Exercise - Could you say how many lines in the records include "Body"? Please give the number by itself.

[Stored records]
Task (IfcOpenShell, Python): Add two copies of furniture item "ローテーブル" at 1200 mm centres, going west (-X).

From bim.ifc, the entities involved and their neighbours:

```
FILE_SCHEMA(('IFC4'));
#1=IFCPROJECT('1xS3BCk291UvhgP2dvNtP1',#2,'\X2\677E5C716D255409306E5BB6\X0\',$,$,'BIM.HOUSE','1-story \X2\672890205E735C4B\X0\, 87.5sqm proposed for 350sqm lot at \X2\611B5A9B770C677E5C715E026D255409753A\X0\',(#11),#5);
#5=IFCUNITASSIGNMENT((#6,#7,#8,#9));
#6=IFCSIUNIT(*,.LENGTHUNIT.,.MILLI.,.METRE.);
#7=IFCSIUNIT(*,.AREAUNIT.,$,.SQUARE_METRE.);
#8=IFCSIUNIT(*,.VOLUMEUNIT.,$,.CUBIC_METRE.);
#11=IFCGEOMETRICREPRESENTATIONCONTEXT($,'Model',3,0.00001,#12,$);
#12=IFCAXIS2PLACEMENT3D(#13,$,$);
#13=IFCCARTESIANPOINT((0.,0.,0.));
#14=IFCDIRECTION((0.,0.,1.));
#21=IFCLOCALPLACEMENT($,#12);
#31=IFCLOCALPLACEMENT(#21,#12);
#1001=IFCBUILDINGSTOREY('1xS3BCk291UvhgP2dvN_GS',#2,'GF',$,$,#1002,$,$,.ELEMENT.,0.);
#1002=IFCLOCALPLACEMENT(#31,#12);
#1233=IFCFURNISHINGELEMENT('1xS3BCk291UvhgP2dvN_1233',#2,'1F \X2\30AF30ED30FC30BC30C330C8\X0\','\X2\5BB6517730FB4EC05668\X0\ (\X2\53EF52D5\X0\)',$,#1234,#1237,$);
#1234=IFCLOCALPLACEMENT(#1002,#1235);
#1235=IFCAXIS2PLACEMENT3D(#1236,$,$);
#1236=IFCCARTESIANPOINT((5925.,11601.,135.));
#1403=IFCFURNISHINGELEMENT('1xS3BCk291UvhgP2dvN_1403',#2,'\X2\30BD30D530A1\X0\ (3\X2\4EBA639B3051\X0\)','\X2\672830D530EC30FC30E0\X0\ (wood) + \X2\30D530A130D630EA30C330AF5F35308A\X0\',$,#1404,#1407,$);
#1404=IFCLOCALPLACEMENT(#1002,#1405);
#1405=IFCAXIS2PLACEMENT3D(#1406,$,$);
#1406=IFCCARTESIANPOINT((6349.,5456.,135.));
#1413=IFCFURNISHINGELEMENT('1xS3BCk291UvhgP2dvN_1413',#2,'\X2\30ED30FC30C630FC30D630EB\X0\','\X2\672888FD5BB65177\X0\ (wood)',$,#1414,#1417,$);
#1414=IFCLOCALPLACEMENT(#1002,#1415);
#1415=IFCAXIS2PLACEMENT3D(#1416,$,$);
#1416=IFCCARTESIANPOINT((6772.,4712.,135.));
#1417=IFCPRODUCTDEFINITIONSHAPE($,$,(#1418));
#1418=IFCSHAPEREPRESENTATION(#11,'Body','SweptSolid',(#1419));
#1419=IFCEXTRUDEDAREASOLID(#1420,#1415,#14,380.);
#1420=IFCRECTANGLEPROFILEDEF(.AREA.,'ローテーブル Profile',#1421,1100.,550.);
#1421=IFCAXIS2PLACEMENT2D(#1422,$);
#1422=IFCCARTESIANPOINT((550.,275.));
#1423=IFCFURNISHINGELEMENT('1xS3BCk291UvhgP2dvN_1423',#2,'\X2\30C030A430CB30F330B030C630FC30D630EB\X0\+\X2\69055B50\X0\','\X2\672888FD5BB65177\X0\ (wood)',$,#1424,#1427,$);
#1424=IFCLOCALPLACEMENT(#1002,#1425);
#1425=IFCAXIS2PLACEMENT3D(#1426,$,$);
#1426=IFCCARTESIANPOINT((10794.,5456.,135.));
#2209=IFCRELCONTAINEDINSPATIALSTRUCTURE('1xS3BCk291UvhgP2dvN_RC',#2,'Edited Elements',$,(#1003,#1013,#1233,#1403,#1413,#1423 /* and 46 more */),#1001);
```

```python
import numpy as np
import ifcopenshell
import ifcopenshell.api.geometry
import ifcopenshell.api.root
import ifcopenshell.util.element
import ifcopenshell.util.placement

model = ifcopenshell.open("bim.ifc")


def reuse_history(source, copy):
    """copy_class also copies each property set's owner history, people and application; keep the originals."""
    for rel in copy.IsDefinedBy:
        if rel.is_a("IfcRelDefinesByProperties") and (history := rel.RelatingPropertyDefinition.OwnerHistory):
            rel.RelatingPropertyDefinition.OwnerHistory = source.OwnerHistory
            ifcopenshell.util.element.remove_deep2(model, history)


source = model.by_guid("1xS3BCk291UvhgP2dvN_1413")
base = ifcopenshell.util.placement.get_local_placement(source.ObjectPlacement)
step = np.array([-1.0, 0.0, 0.0]) * 1200.0

for i in range(1, 3):
    copy = ifcopenshell.api.root.copy_class(model, product=source)
    copy.Representation = ifcopenshell.util.element.copy_deep(
        model, source.Representation, exclude=["IfcGeometricRepresentationContext", "IfcRepresentationMap"]
    )
    reuse_history(source, copy)
    matrix = base.copy()
    matrix[:3, 3] += i * step
    print("added at", matrix[:3, 3].round(3) + 0.0)
    ifcopenshell.api.geometry.edit_object_placement(model, product=copy, matrix=matrix, is_si=False)

model.write("bim-out.ifc")
```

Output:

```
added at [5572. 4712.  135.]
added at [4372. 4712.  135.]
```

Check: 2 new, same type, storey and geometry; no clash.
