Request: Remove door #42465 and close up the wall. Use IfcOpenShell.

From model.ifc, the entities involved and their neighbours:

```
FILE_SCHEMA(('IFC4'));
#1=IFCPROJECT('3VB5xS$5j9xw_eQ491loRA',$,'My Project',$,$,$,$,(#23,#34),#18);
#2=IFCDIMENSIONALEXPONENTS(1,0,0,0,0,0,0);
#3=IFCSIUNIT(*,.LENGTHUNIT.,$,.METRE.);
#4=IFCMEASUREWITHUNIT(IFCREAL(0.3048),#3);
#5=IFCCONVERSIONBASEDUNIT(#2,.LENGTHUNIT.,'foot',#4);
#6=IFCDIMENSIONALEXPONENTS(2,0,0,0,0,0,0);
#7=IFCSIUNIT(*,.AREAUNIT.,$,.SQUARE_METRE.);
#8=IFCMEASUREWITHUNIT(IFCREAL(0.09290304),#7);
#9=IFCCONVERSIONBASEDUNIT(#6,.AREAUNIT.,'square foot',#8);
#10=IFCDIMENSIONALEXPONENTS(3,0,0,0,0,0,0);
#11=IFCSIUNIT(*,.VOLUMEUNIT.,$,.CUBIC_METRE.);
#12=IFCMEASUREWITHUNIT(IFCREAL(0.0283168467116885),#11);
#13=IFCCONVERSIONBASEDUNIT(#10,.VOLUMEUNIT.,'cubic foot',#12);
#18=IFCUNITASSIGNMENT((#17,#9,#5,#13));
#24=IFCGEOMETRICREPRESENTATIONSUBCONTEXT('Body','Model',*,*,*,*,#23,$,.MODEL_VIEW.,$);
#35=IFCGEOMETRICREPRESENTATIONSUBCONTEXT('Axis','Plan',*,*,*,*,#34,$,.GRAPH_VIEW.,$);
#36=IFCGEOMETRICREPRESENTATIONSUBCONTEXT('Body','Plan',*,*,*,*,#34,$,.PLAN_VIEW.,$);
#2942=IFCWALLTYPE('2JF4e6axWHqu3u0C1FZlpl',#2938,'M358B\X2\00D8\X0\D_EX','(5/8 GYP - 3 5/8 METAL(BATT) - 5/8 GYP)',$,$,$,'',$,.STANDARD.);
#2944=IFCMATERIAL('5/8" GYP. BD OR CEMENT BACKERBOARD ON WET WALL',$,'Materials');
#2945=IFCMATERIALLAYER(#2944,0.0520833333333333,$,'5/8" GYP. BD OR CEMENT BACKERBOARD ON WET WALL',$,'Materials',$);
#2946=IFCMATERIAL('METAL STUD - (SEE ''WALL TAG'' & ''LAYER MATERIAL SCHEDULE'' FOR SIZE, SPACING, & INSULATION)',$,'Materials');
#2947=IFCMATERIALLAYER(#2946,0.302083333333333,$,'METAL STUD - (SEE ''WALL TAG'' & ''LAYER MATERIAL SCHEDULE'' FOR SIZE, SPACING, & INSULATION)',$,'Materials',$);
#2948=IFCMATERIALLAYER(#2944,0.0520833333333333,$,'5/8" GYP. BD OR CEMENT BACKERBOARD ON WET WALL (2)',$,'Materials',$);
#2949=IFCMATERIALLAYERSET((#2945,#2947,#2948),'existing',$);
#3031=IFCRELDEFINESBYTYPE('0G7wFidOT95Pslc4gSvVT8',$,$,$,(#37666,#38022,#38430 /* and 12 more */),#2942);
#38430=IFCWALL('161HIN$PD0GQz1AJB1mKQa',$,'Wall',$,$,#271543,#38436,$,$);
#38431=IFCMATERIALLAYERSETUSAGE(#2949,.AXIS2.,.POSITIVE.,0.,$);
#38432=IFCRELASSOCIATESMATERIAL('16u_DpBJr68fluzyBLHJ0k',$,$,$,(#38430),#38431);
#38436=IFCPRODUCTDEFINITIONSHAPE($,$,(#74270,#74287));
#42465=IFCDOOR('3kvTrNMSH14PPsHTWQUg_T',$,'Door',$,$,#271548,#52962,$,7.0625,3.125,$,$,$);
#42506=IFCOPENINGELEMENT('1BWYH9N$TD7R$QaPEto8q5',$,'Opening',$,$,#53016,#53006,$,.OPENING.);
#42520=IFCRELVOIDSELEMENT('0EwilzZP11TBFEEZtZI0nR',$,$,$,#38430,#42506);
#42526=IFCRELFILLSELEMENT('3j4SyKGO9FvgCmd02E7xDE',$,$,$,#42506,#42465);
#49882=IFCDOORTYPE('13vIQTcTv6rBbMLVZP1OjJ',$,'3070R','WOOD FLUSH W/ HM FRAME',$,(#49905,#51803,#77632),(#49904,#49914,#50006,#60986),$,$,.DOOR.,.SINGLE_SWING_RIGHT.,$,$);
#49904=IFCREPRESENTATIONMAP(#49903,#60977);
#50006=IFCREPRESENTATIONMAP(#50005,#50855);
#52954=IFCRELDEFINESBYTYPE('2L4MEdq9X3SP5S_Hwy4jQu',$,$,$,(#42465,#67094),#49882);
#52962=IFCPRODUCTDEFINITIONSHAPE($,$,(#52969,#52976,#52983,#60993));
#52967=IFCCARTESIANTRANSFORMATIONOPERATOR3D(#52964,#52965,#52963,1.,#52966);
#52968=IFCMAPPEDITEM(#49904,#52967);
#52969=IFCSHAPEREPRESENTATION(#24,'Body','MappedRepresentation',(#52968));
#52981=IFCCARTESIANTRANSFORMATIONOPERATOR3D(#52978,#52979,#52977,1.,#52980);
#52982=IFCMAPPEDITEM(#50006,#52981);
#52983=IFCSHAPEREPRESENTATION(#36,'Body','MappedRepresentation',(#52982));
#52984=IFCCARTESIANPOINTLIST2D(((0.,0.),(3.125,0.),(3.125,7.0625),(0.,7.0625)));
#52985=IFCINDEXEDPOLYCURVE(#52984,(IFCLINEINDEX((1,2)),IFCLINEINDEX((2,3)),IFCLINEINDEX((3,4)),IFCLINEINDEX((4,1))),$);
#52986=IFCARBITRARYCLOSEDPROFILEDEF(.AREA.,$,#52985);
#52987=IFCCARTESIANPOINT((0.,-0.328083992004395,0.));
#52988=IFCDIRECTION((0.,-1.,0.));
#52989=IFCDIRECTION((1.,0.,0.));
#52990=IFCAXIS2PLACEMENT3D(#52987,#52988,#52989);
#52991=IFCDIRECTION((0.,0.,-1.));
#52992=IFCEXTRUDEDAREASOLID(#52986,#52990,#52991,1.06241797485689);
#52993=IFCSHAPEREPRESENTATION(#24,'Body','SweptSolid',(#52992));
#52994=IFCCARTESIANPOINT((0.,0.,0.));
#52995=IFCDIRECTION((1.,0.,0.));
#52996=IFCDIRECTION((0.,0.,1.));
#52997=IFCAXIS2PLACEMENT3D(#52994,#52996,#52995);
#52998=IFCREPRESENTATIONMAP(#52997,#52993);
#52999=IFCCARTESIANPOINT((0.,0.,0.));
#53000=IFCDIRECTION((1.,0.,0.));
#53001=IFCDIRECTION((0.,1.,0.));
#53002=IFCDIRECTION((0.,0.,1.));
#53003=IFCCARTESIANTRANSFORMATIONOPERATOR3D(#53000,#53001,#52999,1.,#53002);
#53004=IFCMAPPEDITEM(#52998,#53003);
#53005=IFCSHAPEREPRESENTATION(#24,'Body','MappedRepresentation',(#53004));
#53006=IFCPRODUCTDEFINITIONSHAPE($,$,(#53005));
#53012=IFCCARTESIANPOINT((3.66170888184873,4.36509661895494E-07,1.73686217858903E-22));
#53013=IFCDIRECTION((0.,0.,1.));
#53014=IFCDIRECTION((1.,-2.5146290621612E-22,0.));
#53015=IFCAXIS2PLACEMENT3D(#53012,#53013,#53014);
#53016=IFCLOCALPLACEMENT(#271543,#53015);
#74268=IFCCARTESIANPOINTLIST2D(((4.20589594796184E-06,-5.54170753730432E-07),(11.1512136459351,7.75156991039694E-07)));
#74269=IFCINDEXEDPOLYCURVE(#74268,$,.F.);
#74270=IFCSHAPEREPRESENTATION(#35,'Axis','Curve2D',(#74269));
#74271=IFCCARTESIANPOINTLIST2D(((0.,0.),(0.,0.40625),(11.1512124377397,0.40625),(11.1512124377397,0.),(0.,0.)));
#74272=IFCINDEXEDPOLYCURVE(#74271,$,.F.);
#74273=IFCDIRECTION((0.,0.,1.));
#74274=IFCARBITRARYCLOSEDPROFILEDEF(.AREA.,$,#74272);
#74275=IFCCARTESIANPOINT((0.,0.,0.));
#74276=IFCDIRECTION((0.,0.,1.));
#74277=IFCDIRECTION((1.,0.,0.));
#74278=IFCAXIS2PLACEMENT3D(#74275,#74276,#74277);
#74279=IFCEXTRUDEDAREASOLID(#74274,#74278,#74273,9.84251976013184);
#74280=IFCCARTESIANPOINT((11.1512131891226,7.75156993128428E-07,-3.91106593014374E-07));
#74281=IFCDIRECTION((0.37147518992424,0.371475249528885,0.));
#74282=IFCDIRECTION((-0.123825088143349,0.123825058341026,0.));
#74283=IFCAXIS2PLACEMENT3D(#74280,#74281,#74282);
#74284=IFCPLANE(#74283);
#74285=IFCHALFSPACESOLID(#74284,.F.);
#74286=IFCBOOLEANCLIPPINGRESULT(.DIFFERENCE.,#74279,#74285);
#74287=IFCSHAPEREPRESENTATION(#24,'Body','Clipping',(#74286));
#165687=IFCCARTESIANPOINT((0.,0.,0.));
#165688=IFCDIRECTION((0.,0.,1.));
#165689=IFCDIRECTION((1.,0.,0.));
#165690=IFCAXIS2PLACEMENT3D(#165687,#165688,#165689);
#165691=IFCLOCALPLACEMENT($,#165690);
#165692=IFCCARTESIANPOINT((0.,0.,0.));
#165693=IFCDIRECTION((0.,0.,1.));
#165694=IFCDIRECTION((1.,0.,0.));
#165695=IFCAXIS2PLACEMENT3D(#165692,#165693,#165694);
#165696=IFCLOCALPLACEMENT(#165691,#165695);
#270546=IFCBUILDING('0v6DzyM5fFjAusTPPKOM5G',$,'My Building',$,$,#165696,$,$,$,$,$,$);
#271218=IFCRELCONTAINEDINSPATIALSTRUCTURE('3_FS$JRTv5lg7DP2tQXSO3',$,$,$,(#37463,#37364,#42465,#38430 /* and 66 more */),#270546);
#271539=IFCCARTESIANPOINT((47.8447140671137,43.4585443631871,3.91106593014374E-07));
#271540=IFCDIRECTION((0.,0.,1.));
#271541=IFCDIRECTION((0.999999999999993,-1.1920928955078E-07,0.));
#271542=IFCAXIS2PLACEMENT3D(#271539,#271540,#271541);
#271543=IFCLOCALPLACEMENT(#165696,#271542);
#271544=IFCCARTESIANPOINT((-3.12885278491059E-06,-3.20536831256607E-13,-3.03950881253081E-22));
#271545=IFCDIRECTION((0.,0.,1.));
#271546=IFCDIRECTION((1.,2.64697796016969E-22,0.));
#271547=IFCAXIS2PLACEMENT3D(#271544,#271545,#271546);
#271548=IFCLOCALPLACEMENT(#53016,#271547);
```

```python
import ifcopenshell
import ifcopenshell.api.feature
import ifcopenshell.api.root
import ifcopenshell.geom
import ifcopenshell.util.shape

model = ifcopenshell.open("model.ifc")
settings = ifcopenshell.geom.settings()


def volume(element):
    """Net volume in cubic metres, openings subtracted."""
    shape = ifcopenshell.geom.create_shape(settings, element)
    return ifcopenshell.util.shape.get_volume(shape.geometry)


door = model.by_guid("3kvTrNMSH14PPsHTWQUg_T")
opening = door.FillsVoids[0].RelatingOpeningElement
wall = opening.VoidsElements[0].RelatingBuildingElement
before = volume(wall)

ifcopenshell.api.root.remove_product(model, product=door)
ifcopenshell.api.feature.remove_feature(model, feature=opening)

after = volume(wall)

print(f"wall volume {before:.3f} -> {after:.3f} m3")

model.write("model_updated.ifc")
```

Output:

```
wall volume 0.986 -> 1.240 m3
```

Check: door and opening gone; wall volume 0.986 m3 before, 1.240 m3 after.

Output of the task - 8